(Exercise inputs)
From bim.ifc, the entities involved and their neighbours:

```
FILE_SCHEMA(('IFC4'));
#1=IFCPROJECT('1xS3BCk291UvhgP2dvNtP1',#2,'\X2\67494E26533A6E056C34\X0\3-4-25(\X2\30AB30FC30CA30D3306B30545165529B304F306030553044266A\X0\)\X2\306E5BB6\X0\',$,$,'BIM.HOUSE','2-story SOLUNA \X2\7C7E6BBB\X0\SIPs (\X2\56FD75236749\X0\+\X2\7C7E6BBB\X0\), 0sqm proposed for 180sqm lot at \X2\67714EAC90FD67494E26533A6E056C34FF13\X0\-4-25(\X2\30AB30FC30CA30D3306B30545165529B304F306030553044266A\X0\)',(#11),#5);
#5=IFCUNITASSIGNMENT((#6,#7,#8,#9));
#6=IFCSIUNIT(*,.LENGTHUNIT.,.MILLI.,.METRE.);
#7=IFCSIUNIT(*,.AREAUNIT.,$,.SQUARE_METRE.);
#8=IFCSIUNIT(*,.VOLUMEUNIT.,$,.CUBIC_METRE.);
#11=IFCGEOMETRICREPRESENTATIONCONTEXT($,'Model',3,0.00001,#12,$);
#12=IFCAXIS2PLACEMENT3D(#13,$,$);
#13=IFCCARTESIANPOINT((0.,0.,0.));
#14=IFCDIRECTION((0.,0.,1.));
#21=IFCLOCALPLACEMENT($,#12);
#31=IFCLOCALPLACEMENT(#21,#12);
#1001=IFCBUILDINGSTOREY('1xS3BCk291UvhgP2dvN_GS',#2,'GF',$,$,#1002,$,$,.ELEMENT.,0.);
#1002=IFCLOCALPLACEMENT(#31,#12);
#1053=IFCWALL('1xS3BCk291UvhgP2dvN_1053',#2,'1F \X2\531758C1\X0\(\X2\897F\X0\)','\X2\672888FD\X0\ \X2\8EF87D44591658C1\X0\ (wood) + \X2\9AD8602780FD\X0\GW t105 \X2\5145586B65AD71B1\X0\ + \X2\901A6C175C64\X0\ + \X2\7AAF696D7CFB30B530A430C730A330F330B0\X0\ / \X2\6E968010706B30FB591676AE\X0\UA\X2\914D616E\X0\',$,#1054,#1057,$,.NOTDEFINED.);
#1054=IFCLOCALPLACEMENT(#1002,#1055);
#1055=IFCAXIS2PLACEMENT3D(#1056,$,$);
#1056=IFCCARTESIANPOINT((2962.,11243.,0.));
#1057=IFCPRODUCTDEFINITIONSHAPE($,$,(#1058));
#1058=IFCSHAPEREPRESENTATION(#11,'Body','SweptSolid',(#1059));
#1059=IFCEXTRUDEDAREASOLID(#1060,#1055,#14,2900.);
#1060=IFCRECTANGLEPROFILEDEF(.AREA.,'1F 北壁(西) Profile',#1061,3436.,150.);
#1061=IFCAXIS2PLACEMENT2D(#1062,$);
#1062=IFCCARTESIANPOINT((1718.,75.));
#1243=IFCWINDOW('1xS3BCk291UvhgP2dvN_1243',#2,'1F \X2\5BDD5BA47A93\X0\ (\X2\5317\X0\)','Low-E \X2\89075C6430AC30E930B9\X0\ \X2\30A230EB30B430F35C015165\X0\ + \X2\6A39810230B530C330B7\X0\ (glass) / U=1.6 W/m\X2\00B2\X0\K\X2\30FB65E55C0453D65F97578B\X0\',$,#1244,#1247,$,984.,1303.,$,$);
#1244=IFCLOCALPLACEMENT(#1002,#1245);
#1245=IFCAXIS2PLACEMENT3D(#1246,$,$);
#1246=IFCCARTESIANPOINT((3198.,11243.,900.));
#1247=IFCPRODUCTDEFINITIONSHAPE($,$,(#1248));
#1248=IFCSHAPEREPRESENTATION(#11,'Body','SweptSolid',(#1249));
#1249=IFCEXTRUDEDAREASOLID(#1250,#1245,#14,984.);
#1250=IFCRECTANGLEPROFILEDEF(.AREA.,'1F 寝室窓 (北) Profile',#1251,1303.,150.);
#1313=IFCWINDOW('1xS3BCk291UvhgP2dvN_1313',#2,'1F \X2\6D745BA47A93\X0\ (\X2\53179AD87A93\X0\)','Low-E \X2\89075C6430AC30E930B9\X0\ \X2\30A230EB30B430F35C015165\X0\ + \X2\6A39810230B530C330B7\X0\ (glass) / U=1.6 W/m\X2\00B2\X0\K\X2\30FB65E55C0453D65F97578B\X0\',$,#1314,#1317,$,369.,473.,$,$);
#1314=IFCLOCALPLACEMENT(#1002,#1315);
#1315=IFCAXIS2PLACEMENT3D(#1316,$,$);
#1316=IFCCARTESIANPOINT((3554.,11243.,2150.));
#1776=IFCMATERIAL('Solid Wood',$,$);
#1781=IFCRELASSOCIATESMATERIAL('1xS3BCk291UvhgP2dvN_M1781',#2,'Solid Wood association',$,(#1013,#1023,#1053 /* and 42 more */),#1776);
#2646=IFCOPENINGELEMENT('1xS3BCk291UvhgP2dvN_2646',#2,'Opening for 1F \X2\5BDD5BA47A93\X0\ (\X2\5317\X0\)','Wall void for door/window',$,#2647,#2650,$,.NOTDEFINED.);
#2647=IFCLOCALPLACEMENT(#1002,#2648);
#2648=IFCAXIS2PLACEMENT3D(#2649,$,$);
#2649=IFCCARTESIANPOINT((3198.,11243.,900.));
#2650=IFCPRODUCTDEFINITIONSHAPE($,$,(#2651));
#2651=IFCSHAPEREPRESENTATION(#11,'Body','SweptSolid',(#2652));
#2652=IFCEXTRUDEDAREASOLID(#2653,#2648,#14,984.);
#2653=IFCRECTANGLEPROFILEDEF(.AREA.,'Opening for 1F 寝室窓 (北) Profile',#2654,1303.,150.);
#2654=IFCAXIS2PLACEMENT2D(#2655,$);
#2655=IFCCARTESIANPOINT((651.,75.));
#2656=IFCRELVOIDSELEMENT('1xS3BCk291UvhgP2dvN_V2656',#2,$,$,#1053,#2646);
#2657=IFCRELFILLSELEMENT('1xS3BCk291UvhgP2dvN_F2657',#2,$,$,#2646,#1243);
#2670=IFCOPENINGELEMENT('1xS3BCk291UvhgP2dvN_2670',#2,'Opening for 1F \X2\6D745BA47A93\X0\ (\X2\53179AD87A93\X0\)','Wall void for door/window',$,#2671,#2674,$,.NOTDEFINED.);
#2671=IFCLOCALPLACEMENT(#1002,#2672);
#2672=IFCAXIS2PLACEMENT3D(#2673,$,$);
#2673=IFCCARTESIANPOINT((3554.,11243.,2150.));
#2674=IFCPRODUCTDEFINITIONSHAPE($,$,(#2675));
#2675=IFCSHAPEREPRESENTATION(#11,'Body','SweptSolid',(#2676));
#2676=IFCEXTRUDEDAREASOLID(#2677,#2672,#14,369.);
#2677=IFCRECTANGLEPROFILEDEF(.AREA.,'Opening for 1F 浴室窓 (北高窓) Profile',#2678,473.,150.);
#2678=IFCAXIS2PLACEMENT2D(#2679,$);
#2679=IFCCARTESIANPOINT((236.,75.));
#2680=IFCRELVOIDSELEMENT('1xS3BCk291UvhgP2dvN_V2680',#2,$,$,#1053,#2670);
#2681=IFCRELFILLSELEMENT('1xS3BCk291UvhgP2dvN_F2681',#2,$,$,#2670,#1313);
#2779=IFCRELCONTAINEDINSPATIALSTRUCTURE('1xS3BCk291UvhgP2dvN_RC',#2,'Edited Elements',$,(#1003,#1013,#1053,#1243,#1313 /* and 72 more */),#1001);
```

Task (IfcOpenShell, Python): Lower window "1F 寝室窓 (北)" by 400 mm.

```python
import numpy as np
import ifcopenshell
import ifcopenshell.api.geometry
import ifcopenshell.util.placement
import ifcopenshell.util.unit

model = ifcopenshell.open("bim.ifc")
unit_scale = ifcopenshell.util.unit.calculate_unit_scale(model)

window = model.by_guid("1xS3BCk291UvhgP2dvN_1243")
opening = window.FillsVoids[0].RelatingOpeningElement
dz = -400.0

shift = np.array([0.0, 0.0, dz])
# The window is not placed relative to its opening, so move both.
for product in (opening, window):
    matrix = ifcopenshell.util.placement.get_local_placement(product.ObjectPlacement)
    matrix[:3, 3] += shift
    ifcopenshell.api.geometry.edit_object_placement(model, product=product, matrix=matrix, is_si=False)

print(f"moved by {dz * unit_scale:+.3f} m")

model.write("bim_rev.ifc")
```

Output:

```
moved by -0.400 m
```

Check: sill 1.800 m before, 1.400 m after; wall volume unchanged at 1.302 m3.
(End Exercise inputs)
(Exercise inputs)
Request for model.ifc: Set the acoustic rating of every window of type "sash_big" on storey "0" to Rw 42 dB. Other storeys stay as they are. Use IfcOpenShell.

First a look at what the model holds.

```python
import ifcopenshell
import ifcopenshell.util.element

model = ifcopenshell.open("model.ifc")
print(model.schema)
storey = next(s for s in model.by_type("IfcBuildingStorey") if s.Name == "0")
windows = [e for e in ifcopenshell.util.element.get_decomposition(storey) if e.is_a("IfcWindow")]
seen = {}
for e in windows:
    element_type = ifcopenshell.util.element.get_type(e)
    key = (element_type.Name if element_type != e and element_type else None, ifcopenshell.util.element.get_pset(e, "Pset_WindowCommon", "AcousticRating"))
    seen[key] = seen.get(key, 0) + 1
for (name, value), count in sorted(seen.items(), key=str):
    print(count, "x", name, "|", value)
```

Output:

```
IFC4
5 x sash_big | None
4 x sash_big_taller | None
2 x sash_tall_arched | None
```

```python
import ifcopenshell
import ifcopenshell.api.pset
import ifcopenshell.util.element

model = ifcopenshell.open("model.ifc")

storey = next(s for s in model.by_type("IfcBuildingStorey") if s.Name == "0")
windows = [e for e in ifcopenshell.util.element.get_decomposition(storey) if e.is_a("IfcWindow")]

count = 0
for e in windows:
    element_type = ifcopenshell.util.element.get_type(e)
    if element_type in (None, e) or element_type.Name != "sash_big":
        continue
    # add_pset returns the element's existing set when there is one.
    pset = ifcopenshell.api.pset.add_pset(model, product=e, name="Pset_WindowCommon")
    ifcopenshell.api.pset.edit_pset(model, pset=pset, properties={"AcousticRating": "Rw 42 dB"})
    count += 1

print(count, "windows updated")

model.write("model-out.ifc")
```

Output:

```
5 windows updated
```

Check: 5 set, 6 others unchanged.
(End Exercise inputs)
What needs to be done
Which of the lines in the data hold the string "unchanged"? Report each of them by copying it.

Result of this exercise
Check: sill 1.800 m before, 1.400 m after; wall volume unchanged at 1.302 m3.
Check: 5 set, 6 others unchanged.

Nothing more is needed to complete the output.